# flemish giant babies..



## tristaw. (Nov 29, 2010)

can someone tell me something about their characteristics? I am still trying to convince hubby to let me get one. there is a breeder who I believe breeds for meat because he mentioned that.. anyway don't want to talk about that part. He is selling them for $15.

He showed me pics... omg.. sighhhhh.... beautiful..

My hubby said NO ROOM.. so as babies how much room do they take up? and how fast do they grow? and how much exercize etc.. just some general info would be good.

I am trying hard not to go behind his back because this man is willing to come with a whole bunch and let me pick who I connect with. I fell in love with his one year old buck but he also has a litter or 12 week old grays. I just need some positive ( and negative so I can keep a level head about it) to tell my husband.


----------



## TinysMom (Nov 29, 2010)

Flemish can grow pretty fast pretty quickly. Most of mine tend to top out at around 15 pounds - partly because I don't like raising the HUGE flemish because I feel like they are more likely to die from heart problems at a younger age.

I would keep your flemish in a GIANT dog crate or an x-large size depending upon how much free-roaming time it would have outside its cage.

Flemish aren't like rabbits in personality- they're more like a puppy. Each one is different some are more energetic than others - for example - Nyx used to jump up on a cage to sneak out an open window into the back yard (until we discovered how she was escaping). Now that she's over 15 months and a big girl - she doesn't do that anymore...but she is more likely to get into mischief - partly cause she's just so smart.

Most flemish - but not all - are very gentle. They're bred to be "gentle giants" - with that said - I've heard of some that weren't that way.

As I close this - I'll share about my first flemish, Tiny. Shortly after I got him - I sort of felt bad about getting him. He wasn't affectionate like all of the other flemish I'd read about - he was more stand-offish. (He also hadn't been handled a lot as a kit).
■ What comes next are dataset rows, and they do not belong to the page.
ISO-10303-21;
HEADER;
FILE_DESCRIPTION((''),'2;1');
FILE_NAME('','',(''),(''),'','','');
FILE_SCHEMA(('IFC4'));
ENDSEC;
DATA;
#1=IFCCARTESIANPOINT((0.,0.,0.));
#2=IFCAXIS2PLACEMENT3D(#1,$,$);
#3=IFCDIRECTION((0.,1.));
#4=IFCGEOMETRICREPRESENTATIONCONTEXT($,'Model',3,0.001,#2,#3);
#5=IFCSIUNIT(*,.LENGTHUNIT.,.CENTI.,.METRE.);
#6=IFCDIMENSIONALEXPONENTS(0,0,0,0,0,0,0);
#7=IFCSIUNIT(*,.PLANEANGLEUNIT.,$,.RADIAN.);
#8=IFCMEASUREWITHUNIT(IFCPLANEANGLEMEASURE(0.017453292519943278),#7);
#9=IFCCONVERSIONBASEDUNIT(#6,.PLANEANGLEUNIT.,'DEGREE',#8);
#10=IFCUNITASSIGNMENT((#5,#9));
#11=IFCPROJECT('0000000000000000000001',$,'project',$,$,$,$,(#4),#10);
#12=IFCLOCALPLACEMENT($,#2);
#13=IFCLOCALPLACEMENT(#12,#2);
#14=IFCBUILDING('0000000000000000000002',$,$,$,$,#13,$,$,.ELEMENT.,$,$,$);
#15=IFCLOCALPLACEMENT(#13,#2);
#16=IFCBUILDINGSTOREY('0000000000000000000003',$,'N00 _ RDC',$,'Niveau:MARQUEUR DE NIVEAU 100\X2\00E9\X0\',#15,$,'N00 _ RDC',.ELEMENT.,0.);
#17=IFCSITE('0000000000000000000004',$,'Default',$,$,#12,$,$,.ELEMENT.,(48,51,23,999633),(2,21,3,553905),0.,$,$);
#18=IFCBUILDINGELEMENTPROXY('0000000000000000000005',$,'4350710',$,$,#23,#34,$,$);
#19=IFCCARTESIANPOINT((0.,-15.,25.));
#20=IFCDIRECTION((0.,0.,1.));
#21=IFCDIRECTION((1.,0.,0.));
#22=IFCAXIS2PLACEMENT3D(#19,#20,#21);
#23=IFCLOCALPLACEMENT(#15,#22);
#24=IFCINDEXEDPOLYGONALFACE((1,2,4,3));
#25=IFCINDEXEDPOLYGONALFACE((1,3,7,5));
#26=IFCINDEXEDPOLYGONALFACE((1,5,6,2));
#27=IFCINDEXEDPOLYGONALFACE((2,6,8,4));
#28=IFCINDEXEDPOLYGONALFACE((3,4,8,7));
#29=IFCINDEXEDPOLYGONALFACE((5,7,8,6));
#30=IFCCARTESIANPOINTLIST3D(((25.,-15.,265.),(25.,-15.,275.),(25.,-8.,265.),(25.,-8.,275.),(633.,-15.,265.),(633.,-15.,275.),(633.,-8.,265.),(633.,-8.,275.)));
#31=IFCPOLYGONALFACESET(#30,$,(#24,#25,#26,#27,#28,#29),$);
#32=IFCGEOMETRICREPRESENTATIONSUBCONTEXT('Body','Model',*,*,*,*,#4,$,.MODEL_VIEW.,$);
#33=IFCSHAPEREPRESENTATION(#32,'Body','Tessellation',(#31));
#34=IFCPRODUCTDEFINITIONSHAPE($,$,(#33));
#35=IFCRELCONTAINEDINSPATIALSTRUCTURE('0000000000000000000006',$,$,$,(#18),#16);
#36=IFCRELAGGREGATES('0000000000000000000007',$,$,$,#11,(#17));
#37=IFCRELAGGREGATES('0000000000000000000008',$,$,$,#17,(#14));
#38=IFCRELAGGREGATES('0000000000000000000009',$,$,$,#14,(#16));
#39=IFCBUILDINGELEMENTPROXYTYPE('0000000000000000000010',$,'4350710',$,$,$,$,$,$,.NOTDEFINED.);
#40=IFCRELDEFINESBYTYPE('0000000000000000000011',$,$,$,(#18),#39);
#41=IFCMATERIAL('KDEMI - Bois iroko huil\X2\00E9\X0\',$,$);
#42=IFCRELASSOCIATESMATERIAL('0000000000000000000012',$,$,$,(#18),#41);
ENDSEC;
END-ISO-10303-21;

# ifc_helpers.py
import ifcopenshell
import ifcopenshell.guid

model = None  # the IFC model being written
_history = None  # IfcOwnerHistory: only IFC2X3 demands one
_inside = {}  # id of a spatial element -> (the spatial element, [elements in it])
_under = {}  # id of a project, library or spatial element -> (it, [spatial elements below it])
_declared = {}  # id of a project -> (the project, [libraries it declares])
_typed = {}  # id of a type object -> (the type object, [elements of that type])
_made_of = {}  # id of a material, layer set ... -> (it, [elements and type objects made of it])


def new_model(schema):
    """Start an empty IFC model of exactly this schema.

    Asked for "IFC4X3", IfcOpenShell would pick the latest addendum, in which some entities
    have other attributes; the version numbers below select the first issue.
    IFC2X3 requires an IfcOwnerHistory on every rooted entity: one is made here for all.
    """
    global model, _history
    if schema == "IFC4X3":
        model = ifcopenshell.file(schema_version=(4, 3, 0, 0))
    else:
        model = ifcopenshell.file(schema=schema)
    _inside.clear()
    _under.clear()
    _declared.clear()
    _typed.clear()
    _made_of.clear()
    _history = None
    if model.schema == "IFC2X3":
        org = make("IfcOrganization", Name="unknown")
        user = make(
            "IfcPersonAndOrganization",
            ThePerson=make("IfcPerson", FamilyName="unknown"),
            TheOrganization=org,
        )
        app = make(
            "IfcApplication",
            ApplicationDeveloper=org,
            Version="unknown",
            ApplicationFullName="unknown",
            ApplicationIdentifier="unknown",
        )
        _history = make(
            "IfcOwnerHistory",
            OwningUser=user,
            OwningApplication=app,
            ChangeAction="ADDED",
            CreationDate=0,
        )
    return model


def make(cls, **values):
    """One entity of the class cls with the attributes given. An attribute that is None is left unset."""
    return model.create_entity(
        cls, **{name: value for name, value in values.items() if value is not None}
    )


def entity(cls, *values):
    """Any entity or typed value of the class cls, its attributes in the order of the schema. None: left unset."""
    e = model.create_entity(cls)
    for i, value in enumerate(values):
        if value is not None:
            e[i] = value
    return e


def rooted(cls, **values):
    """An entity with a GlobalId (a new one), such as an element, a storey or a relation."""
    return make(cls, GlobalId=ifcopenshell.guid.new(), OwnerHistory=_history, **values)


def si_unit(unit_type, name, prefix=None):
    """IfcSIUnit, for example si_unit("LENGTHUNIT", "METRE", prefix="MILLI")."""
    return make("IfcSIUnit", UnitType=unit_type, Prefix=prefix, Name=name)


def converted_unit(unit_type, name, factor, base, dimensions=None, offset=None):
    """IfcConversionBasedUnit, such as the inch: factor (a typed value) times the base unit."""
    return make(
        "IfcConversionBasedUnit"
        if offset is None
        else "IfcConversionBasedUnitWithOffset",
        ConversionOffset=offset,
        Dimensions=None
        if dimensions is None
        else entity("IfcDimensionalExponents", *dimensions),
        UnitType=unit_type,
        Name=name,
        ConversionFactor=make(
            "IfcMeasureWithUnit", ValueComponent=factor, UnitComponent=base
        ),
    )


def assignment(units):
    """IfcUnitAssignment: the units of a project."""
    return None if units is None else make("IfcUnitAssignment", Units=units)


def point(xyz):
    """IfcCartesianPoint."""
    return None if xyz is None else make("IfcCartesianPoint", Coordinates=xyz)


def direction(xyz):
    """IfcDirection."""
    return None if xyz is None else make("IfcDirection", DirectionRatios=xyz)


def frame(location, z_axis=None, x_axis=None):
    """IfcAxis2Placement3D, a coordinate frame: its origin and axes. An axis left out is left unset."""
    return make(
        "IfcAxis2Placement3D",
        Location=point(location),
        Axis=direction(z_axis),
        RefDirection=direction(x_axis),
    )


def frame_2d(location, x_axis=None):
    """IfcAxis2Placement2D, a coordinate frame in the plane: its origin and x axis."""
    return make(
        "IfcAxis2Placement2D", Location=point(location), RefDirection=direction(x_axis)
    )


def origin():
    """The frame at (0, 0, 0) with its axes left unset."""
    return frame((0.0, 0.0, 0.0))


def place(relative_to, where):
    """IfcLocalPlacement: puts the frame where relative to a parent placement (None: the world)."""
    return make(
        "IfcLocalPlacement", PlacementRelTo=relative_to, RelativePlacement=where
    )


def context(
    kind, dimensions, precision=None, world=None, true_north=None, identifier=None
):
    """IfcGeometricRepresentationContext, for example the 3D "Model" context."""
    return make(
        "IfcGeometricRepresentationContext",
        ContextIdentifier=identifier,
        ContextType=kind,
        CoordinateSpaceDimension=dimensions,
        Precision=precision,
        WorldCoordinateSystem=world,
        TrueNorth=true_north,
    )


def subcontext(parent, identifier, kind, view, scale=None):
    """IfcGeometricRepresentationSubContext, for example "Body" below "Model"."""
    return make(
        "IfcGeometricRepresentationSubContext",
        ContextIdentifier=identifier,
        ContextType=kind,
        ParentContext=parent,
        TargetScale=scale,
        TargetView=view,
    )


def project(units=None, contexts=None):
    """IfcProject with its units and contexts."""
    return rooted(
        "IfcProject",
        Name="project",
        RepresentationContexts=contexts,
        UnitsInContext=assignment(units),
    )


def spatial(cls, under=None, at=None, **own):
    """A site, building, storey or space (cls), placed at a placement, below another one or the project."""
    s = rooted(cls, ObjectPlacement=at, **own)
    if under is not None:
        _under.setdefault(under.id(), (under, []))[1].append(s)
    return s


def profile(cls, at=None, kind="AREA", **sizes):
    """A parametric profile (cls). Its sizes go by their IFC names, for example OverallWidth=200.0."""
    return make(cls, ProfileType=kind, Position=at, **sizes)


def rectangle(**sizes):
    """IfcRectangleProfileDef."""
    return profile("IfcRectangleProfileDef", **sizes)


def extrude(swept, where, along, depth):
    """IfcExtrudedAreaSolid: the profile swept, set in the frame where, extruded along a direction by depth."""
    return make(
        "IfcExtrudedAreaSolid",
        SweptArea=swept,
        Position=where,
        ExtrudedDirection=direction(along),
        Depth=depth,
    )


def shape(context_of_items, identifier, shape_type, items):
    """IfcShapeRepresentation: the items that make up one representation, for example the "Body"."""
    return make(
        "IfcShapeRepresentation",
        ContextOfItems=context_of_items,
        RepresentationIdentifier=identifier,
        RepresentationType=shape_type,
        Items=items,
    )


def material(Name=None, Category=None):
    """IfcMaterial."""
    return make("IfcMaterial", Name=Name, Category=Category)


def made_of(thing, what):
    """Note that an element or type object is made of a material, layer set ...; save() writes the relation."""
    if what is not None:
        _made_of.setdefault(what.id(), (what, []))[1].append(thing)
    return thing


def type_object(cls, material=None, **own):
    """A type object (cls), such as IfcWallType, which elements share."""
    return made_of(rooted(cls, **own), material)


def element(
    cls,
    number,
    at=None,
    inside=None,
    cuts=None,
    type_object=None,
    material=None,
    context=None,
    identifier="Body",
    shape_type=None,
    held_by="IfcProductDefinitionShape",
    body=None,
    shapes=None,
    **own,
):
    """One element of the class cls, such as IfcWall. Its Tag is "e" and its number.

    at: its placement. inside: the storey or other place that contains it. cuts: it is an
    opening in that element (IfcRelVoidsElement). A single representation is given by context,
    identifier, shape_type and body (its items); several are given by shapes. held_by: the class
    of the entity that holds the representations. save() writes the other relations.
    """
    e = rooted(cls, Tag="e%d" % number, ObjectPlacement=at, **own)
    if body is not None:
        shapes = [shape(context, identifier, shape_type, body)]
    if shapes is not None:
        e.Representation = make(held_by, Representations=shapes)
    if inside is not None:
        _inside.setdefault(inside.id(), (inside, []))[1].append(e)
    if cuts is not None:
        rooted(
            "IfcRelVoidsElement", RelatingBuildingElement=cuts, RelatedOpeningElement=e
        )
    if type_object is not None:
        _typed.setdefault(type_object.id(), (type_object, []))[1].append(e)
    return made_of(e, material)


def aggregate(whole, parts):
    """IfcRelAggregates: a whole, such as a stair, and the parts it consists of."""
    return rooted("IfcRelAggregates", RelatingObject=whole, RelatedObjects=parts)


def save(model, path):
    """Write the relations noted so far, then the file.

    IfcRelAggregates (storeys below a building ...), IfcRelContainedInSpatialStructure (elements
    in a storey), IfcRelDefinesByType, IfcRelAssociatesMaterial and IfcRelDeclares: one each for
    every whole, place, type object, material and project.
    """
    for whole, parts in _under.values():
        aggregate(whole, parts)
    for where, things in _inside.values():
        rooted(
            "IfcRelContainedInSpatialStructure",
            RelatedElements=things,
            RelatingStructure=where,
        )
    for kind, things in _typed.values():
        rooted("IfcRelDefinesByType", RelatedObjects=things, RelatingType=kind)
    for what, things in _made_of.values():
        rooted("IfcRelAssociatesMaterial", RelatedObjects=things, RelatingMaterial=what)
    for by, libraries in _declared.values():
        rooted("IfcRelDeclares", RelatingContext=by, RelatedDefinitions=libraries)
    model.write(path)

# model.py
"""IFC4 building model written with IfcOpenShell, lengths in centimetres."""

from ifc_helpers import new_model, entity, si_unit, converted_unit, direction, frame, frame_2d, origin, place, context, subcontext, project, spatial, rectangle, extrude, material, type_object, element, save


model = new_model("IFC4")

# Units and contexts
model_context = context("Model", 3, precision=0.001, world=origin(), true_north=direction((0.0, 1.0)))
body_context = subcontext(model_context, "Body", "Model", "MODEL_VIEW")
ifc_project = project(units=[si_unit("LENGTHUNIT", "METRE", prefix="CENTI"), converted_unit("PLANEANGLEUNIT", "DEGREE", entity("IfcPlaneAngleMeasure", 0.017453292519943278), si_unit("PLANEANGLEUNIT", "RADIAN"), dimensions=[0, 0, 0, 0, 0, 0, 0])], contexts=[model_context])

# Site, building, storey
site_placement = place(None, origin())
site = spatial("IfcSite", under=ifc_project, at=site_placement, Name="Default", CompositionType="ELEMENT", RefLatitude=(48, 51, 23, 999633), RefLongitude=(2, 21, 3, 553905), RefElevation=0.0)
building_placement = place(site_placement, origin())
building = spatial("IfcBuilding", under=site, at=building_placement, CompositionType="ELEMENT")
storey_placement = place(building_placement, origin())
storey = spatial("IfcBuildingStorey", under=building, at=storey_placement, Name="N00 _ RDC", ObjectType="Niveau:MARQUEUR DE NIVEAU 100é", LongName="N00 _ RDC", CompositionType="ELEMENT", Elevation=0.0)

# Shared definitions
ifc_material_1 = material(Name="KDEMI - Bois iroko huilé")

# Building element proxy
building_element_proxy_type_1 = type_object("IfcBuildingElementProxyType", Name="4350710", PredefinedType="NOTDEFINED")
proxy_1_placement = place(storey_placement, frame((0.0, -15.0, 25.0), z_axis=(0.0, 0.0, 1.0), x_axis=(1.0, 0.0, 0.0)))
element("IfcBuildingElementProxy", 1, at=proxy_1_placement, inside=storey, type_object=building_element_proxy_type_1, material=ifc_material_1, Name="4350710", context=body_context, shape_type="SweptSolid", body=[
    extrude(rectangle(XDim=608.0, YDim=7.0, at=frame_2d((0.0, 0.0), x_axis=(1.0, 0.0))), frame((329.0, -11.5, 265.0)), (0.0, 0.0, 1.0), 10.0),
])

save(model, "model.ifc")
Before he died (he was almost 3 when he died) - he would lay at my feet under my desk for hours at a time - or within a foot or so of me. When I was on the telephone with difficult customers (customer service rep) - he would give me kisses on my feet and legs. When I'd walk into the office and sit on the floor - he'd crawl into my lap for pets and snuggle into me.
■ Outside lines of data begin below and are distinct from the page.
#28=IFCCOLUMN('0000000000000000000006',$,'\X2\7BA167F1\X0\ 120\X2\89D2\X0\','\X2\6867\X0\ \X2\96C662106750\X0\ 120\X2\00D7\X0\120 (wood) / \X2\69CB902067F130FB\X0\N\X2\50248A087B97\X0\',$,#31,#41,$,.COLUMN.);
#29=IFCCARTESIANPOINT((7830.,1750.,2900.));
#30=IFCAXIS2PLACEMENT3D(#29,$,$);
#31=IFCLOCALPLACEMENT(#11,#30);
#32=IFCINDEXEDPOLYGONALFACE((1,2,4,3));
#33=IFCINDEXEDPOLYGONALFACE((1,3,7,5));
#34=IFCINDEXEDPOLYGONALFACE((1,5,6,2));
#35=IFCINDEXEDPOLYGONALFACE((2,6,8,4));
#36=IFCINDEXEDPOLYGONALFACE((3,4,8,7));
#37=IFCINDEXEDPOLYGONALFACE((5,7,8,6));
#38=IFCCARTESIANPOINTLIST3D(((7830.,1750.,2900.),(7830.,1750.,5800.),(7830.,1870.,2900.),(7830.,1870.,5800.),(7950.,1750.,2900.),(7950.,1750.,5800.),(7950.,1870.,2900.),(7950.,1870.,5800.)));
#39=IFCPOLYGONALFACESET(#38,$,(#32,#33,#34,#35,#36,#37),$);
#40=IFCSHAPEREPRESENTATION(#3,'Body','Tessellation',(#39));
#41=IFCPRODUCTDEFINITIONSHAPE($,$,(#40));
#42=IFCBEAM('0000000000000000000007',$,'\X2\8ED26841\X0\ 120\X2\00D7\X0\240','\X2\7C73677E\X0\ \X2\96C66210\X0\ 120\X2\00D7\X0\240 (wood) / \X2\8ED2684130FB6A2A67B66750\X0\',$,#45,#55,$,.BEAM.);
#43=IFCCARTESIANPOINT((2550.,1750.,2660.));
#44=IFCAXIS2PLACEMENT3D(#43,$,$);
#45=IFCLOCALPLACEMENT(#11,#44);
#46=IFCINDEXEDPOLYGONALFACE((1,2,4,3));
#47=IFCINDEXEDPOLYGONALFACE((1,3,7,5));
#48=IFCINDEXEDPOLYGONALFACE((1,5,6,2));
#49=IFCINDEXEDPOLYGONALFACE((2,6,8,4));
It took us time to build a relationship - I had to let go of preconceived notions of what he would be like and learn to accept him as he was....only to have him turn out to become a love bug.
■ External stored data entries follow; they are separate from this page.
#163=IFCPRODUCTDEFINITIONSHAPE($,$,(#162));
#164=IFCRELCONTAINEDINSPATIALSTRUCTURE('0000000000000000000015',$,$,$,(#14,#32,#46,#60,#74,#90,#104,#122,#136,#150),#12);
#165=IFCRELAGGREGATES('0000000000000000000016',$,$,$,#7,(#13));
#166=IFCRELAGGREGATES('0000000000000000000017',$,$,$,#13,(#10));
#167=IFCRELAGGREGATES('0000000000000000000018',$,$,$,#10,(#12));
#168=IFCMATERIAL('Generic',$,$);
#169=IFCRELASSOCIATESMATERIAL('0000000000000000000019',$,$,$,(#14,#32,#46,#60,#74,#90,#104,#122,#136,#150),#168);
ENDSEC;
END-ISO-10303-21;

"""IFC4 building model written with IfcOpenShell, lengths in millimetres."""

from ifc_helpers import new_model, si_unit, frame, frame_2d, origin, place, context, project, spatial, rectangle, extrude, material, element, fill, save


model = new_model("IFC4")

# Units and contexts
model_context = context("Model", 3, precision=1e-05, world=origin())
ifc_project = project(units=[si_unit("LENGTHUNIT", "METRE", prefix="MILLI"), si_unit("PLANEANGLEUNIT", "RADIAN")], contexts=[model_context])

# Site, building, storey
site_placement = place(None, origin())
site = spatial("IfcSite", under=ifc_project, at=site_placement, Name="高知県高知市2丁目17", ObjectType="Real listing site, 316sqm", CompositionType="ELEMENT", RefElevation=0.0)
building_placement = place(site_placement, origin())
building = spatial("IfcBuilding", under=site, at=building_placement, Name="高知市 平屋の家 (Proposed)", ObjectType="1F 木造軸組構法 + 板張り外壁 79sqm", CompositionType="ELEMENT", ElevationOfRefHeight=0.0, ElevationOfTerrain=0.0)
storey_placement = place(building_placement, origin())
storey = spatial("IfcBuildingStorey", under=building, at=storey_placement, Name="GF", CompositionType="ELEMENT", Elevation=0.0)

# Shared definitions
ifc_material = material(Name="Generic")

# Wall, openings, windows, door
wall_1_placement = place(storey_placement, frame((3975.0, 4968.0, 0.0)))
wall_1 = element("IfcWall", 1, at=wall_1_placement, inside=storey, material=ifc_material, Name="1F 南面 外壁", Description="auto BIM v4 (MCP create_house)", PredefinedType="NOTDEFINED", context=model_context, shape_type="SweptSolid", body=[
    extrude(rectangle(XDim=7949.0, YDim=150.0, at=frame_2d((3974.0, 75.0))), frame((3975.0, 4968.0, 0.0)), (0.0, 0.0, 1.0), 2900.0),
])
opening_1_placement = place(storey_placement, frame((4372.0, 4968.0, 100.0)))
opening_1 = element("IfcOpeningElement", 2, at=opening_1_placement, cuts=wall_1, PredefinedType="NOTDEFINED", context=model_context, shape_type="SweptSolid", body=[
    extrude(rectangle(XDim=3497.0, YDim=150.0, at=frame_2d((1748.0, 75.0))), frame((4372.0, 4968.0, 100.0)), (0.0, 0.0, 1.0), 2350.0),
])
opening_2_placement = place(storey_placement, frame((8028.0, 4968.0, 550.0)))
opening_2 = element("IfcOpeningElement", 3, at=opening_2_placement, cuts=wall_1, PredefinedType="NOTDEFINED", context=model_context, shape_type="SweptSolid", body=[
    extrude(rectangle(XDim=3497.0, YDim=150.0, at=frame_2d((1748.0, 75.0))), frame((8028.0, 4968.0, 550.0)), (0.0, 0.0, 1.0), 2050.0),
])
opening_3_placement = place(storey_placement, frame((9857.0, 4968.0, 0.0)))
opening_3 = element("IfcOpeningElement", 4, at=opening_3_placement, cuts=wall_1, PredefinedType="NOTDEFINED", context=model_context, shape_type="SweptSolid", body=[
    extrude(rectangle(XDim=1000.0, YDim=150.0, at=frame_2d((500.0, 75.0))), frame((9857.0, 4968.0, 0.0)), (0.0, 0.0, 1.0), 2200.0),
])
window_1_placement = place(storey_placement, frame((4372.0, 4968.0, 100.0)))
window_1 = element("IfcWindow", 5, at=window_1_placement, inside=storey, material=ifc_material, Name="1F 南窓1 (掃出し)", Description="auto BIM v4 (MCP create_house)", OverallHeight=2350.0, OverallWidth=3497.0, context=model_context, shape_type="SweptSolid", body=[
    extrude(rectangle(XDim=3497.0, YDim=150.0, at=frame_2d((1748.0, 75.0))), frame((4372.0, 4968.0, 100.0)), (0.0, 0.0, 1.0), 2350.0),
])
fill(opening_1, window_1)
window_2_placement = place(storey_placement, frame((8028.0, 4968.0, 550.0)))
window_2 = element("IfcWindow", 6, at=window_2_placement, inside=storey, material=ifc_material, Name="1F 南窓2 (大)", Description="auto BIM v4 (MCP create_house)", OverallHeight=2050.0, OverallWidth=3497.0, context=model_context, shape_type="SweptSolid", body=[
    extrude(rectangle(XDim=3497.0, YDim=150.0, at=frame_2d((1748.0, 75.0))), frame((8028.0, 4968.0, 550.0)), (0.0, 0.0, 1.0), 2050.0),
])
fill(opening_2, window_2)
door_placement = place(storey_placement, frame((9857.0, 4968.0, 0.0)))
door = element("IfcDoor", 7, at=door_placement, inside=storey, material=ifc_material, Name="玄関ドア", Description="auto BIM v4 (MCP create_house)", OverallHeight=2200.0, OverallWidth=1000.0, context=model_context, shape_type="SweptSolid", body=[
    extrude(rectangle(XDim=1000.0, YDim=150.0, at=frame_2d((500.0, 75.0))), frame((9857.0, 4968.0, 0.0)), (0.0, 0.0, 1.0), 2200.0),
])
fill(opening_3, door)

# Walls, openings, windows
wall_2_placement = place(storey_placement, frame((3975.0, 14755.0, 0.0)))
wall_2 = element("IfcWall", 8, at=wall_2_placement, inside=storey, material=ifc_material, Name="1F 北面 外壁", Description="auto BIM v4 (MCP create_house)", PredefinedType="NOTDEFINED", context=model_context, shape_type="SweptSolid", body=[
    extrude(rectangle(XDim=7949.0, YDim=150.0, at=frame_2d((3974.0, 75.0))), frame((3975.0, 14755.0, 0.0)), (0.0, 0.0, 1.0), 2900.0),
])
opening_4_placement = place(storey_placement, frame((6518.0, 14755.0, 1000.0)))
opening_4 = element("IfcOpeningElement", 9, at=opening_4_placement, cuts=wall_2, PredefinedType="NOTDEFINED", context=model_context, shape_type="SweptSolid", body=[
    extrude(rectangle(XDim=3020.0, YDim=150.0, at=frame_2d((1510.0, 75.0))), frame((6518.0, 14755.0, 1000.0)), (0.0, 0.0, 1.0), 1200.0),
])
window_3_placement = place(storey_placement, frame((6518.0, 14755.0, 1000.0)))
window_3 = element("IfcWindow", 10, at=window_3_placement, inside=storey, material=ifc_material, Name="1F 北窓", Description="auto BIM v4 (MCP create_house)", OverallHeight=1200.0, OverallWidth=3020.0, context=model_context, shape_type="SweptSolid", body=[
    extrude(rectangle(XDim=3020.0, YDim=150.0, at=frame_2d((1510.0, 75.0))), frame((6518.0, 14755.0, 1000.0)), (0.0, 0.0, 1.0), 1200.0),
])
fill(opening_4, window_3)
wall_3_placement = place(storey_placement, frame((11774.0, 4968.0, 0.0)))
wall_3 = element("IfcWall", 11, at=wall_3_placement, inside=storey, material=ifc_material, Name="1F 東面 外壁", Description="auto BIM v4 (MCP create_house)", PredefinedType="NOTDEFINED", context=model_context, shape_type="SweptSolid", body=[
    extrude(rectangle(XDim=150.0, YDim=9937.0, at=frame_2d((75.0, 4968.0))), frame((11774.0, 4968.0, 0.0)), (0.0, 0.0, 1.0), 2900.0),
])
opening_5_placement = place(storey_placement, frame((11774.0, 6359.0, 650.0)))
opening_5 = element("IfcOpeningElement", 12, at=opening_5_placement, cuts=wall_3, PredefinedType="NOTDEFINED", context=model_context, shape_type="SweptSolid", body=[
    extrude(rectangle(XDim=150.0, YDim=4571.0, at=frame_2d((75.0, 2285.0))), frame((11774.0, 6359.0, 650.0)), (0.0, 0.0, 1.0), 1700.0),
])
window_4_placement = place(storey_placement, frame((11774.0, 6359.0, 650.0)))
One sad thing about flemish though is that they frequently die at a younger age than other rabbits. Sometimes it can be due to heart problems - sometimes other things. I've heard of flemish living to be 7 or 8 years old - and I've had year old flemish drop dead with no reason of why they died.

With that said - my personal viewpoint is that its better to share one day with a flemish and have those memories - then to not risk it - and never had that flemish experience.

I imagine when I'm old and gray and my kids try to put me in a nursing home or something - the first thing I'll be saying is "Where is my flemmie?"....because I have a hard time picturing myself without one.


----------



## Flash Gordon (Nov 29, 2010)

*TinysMom wrote: *


> It took us time to build a relationship - I had to let go of preconceived notions of what he would be like and learn to accept him as he was....only to have him turn out to become a love bug.


this should be in the owners manual for all rabbits.


----------



## tristaw. (Nov 29, 2010)

Peg- your post made me cry. it was beautiful.


----------



## Nancy McClelland (Nov 29, 2010)

We have a gigantic Checkered Giant who is the sweetest bunny ever--she's a lap rabbit and at 17 pounds she occupies a lot of lap.Her health has been excellent so far and she's probably around 6 years old now.


----------



## tristaw. (Nov 29, 2010)

Hubby said yes finally when I told him how we could arrange the apartment. YAY!!! I'm so excited.


----------



## Flash Gordon (Nov 29, 2010)

Congrats Tristana! cant wait to see the new giant!


----------



## jujub793 (Nov 29, 2010)

ohh i am sooo jealous! I want one of those too!!!!!!


----------



## DebsBuns (Nov 29, 2010)

I've wanted one for a long time but I just don't have the room. I'd have to get rid of the guinea pigs, rats and dogs.  I'm jealous. Can't wait to see a picture of the new baby.


----------



## tristaw. (Nov 29, 2010)

I need some opinions. He has a litter with 3 remaining 12 week old babes and a one year old BEAUTIFUL male. should I get a baby or should i get the year old bun.. any thoughts?


----------



## Flash Gordon (Nov 29, 2010)

did u get bunbun when he was a baby?..if u did then uve already got to experience the joy of a new little bundle of trouble.

adult bunnies are harder to place,therefore they pull at my heartstrings a little more then babies.

.ive never got to chose a bunny ..Flashie was the only thrianta available in this state at the time..( i love him but didnt get to pick him)..
all my others have picked me somehow someway they have come to be a part of this family ..ive never been able to look at a couple of bunnies and go"thats the one i want"..so i dont know if i can help ya .


----------



## BabyMei (Nov 29, 2010)

I have two Flemish Giants named Sophie and Totoro, and they are absolutely amazing. Flemmies have such a great personality and now that I have them, I couldn't imagine my life without them. I personally think you should get the male, because adults are harder to place than babies. Most Flemmies are like little dogs! It's so cute!


----------



## TinysMom (Nov 30, 2010)

For most breeds of rabbits I'd suggest an older rabbit - but flemish are notorious for passing away at a younger age - so I'd get a young one.


----------



## tristaw. (Nov 30, 2010)

why do they pass away at a young age? that has me worried.


----------



## Suz (Nov 30, 2010)

A giant breed of any animal has a shorter life span. That's just the way it goes. It's a bummer I know.


----------



## tristaw. (Nov 30, 2010)

that has me re-evaluating the whole idea..I just lost one bunny and my other bunny very nearly died. I think I'd better start thinking with my head an not my heart but my heart always seems to win.


----------